→ **What is required**:
From the entries below, return exactly the lines beginning at the one that contains "#143=IFCINDEXEDPOLYGONALFACE((3,4,8,7));" and ending at the one that contains "#233=IFCINDEXEDPOLYGONALFACE((41,43,44,42));", both of them included, and only those lines.

------------------------------------------------------------------------

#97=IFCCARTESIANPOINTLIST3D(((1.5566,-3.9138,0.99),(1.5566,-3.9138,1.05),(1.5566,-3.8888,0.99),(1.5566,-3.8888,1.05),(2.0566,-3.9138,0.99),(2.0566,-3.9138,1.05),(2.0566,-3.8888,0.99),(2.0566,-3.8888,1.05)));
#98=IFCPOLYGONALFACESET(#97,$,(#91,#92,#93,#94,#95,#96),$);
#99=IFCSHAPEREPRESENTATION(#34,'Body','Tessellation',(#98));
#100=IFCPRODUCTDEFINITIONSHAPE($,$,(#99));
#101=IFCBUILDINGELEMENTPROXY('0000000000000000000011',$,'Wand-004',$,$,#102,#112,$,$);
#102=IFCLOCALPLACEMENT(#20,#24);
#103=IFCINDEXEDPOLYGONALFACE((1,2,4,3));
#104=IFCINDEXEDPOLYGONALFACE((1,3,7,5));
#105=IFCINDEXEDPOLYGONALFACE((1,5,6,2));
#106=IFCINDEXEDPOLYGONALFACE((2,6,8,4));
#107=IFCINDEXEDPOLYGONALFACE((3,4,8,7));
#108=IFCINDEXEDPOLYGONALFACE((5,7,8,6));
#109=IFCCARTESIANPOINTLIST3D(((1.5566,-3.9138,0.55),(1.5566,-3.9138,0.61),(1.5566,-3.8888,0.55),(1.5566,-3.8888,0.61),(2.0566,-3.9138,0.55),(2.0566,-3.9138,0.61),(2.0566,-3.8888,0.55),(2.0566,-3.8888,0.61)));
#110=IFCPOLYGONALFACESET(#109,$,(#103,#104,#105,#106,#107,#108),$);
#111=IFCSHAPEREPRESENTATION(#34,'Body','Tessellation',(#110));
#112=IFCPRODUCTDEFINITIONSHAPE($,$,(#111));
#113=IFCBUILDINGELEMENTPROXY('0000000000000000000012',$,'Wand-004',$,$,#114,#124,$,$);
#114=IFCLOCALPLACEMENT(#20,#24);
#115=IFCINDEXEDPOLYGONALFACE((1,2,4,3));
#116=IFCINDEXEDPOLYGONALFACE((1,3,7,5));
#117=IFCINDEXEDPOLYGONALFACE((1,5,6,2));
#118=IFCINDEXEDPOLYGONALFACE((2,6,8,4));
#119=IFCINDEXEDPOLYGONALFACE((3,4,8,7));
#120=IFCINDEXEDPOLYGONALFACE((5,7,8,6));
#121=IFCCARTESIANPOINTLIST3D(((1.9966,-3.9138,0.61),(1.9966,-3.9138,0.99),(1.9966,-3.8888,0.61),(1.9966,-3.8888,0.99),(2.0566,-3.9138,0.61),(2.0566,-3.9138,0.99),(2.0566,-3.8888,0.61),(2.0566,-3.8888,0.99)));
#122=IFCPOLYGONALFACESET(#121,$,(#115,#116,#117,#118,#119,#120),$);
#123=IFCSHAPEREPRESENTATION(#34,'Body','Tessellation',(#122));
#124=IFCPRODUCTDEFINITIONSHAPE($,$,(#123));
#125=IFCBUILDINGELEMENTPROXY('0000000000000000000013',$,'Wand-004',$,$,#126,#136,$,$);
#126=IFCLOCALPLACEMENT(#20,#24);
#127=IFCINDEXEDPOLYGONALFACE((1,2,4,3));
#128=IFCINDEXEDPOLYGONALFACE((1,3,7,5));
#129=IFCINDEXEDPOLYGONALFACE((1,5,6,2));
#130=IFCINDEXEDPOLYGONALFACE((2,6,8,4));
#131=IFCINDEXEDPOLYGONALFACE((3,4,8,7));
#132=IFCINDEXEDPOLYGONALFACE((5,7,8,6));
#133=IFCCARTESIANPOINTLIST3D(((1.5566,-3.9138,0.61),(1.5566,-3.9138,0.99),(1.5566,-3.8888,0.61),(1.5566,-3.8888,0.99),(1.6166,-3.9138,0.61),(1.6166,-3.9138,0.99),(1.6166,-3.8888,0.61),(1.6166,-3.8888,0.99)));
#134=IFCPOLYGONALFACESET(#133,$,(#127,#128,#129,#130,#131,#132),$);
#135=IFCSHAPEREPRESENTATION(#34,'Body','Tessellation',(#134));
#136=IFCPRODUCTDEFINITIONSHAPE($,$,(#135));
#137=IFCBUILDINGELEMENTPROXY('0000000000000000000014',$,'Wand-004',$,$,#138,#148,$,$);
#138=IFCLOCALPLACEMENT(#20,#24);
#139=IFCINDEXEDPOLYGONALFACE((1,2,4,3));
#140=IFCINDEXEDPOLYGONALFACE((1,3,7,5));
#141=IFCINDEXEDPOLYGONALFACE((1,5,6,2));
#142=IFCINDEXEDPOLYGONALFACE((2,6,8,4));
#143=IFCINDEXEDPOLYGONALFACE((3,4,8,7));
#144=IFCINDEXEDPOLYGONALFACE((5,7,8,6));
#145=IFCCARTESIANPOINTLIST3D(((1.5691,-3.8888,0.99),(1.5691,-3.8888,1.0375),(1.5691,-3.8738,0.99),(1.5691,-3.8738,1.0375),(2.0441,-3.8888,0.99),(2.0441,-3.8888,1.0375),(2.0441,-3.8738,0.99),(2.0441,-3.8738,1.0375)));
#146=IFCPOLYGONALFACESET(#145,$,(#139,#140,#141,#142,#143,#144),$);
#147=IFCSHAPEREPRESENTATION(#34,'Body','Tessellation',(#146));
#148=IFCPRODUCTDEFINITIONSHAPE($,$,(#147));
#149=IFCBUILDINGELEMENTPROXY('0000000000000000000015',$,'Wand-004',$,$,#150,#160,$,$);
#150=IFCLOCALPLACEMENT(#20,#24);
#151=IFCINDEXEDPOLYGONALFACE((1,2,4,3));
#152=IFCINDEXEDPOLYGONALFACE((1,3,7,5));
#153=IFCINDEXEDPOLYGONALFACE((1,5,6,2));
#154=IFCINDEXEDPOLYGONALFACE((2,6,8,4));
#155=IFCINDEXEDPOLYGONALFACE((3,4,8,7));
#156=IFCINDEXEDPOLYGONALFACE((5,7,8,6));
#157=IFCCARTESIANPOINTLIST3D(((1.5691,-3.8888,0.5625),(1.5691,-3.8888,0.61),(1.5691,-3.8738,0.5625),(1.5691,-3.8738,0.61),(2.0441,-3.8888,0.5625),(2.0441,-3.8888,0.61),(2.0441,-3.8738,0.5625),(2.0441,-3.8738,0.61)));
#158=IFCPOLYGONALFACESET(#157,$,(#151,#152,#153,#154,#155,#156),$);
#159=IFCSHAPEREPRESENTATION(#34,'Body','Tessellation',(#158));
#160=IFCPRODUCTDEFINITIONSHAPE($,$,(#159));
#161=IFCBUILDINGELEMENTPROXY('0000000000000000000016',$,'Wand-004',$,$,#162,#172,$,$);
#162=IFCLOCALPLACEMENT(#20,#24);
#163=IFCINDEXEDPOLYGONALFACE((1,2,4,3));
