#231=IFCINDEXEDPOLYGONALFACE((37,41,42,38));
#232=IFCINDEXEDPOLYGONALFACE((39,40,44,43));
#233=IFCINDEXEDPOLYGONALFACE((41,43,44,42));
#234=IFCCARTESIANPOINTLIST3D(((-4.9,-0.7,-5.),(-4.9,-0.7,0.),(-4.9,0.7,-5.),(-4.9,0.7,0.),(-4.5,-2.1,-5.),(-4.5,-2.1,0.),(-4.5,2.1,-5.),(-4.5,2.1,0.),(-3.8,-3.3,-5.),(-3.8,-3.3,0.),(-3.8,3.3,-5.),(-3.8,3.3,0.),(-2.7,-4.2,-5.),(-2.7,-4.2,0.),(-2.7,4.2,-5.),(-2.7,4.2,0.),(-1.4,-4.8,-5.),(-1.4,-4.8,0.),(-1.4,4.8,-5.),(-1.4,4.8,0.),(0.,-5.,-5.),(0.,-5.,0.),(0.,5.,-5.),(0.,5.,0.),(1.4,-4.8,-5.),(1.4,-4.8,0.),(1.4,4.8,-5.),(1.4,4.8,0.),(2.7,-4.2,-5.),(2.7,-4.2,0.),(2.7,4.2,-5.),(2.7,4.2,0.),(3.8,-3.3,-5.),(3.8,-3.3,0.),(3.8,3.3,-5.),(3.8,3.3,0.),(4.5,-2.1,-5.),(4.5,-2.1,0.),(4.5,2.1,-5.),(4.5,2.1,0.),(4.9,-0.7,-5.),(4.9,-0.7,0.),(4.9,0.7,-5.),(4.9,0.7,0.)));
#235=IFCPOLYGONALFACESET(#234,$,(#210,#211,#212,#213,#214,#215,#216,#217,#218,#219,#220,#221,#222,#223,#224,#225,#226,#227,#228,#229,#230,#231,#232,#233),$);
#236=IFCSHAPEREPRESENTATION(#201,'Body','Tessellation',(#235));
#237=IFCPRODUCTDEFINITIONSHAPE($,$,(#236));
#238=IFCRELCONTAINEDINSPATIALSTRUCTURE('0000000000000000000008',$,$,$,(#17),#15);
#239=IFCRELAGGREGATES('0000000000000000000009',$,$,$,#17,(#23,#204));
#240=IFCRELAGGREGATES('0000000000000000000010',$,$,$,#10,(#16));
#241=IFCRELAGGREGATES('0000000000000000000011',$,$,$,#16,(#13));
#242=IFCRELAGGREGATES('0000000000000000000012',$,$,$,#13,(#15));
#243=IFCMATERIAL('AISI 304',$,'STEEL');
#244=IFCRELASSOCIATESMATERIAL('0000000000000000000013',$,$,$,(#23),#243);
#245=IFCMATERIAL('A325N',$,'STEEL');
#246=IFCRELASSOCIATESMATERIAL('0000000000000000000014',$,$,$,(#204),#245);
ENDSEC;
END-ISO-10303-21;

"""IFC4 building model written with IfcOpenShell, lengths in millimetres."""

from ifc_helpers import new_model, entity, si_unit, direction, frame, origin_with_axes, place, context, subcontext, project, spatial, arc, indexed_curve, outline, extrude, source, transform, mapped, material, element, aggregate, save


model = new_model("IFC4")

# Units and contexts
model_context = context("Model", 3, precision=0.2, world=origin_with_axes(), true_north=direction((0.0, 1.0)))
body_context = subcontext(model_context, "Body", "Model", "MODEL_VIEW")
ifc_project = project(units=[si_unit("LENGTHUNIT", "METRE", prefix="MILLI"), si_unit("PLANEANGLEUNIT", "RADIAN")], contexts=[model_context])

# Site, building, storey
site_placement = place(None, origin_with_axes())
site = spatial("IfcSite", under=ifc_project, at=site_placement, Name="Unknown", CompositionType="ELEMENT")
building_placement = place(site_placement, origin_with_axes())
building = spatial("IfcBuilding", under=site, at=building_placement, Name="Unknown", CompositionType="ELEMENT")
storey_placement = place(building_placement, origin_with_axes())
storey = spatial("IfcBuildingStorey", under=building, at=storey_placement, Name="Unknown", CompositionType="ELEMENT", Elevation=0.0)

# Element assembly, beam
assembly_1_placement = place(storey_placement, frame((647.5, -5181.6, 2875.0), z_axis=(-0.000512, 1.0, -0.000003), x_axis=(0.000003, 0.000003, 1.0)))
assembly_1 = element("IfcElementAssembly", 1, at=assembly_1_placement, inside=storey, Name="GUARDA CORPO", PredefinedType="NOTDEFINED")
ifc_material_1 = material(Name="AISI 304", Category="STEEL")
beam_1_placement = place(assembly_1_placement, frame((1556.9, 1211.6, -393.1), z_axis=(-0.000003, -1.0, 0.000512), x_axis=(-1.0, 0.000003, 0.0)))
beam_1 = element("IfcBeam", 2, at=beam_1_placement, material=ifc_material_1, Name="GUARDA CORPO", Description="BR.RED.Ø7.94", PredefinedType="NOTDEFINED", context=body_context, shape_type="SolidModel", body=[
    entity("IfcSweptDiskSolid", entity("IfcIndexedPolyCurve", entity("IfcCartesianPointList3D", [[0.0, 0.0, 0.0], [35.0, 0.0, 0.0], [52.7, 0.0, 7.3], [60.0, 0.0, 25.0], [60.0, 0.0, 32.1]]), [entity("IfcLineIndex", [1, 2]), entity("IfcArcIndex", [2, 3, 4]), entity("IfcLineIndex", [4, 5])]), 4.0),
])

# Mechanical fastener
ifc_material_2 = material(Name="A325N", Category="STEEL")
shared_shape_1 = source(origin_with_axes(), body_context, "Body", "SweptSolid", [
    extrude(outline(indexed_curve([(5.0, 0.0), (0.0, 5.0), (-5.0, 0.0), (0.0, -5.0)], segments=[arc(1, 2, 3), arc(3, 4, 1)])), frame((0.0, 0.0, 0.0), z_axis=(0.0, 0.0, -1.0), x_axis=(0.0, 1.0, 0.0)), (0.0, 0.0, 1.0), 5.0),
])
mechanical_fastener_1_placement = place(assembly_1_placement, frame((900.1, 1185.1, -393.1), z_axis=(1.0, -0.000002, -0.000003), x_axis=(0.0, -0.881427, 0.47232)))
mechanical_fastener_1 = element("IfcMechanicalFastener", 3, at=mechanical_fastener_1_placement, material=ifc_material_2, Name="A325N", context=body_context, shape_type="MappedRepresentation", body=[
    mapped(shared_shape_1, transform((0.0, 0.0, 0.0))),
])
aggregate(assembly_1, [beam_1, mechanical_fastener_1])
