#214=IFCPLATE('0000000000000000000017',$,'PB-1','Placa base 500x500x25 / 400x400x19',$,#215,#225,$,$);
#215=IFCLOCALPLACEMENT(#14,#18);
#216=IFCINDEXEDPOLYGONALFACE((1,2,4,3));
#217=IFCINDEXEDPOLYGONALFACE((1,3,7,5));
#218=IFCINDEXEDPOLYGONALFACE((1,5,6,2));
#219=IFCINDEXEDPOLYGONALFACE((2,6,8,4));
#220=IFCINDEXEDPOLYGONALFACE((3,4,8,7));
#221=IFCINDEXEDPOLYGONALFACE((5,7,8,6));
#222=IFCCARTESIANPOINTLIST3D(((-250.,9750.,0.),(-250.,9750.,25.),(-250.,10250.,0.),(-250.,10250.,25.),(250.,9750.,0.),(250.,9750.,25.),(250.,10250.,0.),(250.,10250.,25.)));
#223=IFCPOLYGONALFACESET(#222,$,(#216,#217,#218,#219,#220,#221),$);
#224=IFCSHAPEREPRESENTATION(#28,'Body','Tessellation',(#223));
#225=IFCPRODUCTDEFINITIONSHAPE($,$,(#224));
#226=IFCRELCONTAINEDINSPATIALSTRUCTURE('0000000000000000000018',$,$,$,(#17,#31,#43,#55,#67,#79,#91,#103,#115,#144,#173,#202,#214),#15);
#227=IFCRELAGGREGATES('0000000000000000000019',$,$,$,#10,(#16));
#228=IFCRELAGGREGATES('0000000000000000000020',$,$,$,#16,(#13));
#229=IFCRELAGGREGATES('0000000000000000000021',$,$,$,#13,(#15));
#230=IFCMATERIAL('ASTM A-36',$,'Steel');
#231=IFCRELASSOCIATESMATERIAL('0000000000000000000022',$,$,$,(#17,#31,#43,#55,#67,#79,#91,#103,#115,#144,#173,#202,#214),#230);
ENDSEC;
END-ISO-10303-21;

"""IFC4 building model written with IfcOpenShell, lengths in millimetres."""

------------------------------------------------------------------------

→ **Answer section**:
#143=IFCINDEXEDPOLYGONALFACE((3,4,8,7));
#144=IFCINDEXEDPOLYGONALFACE((5,7,8,6));
#145=IFCCARTESIANPOINTLIST3D(((1.5691,-3.8888,0.99),(1.5691,-3.8888,1.0375),(1.5691,-3.8738,0.99),(1.5691,-3.8738,1.0375),(2.0441,-3.8888,0.99),(2.0441,-3.8888,1.0375),(2.0441,-3.8738,0.99),(2.0441,-3.8738,1.0375)));
#146=IFCPOLYGONALFACESET(#145,$,(#139,#140,#141,#142,#143,#144),$);
#147=IFCSHAPEREPRESENTATION(#34,'Body','Tessellation',(#146));
#148=IFCPRODUCTDEFINITIONSHAPE($,$,(#147));
#149=IFCBUILDINGELEMENTPROXY('0000000000000000000015',$,'Wand-004',$,$,#150,#160,$,$);
#150=IFCLOCALPLACEMENT(#20,#24);
#151=IFCINDEXEDPOLYGONALFACE((1,2,4,3));
#152=IFCINDEXEDPOLYGONALFACE((1,3,7,5));
#153=IFCINDEXEDPOLYGONALFACE((1,5,6,2));
#154=IFCINDEXEDPOLYGONALFACE((2,6,8,4));
#155=IFCINDEXEDPOLYGONALFACE((3,4,8,7));
#156=IFCINDEXEDPOLYGONALFACE((5,7,8,6));
#157=IFCCARTESIANPOINTLIST3D(((1.5691,-3.8888,0.5625),(1.5691,-3.8888,0.61),(1.5691,-3.8738,0.5625),(1.5691,-3.8738,0.61),(2.0441,-3.8888,0.5625),(2.0441,-3.8888,0.61),(2.0441,-3.8738,0.5625),(2.0441,-3.8738,0.61)));
#158=IFCPOLYGONALFACESET(#157,$,(#151,#152,#153,#154,#155,#156),$);
#159=IFCSHAPEREPRESENTATION(#34,'Body','Tessellation',(#158));
#160=IFCPRODUCTDEFINITIONSHAPE($,$,(#159));
#161=IFCBUILDINGELEMENTPROXY('0000000000000000000016',$,'Wand-004',$,$,#162,#172,$,$);
#162=IFCLOCALPLACEMENT(#20,#24);
#163=IFCINDEXEDPOLYGONALFACE((1,2,4,3));
#231=IFCINDEXEDPOLYGONALFACE((37,41,42,38));
#232=IFCINDEXEDPOLYGONALFACE((39,40,44,43));
#233=IFCINDEXEDPOLYGONALFACE((41,43,44,42));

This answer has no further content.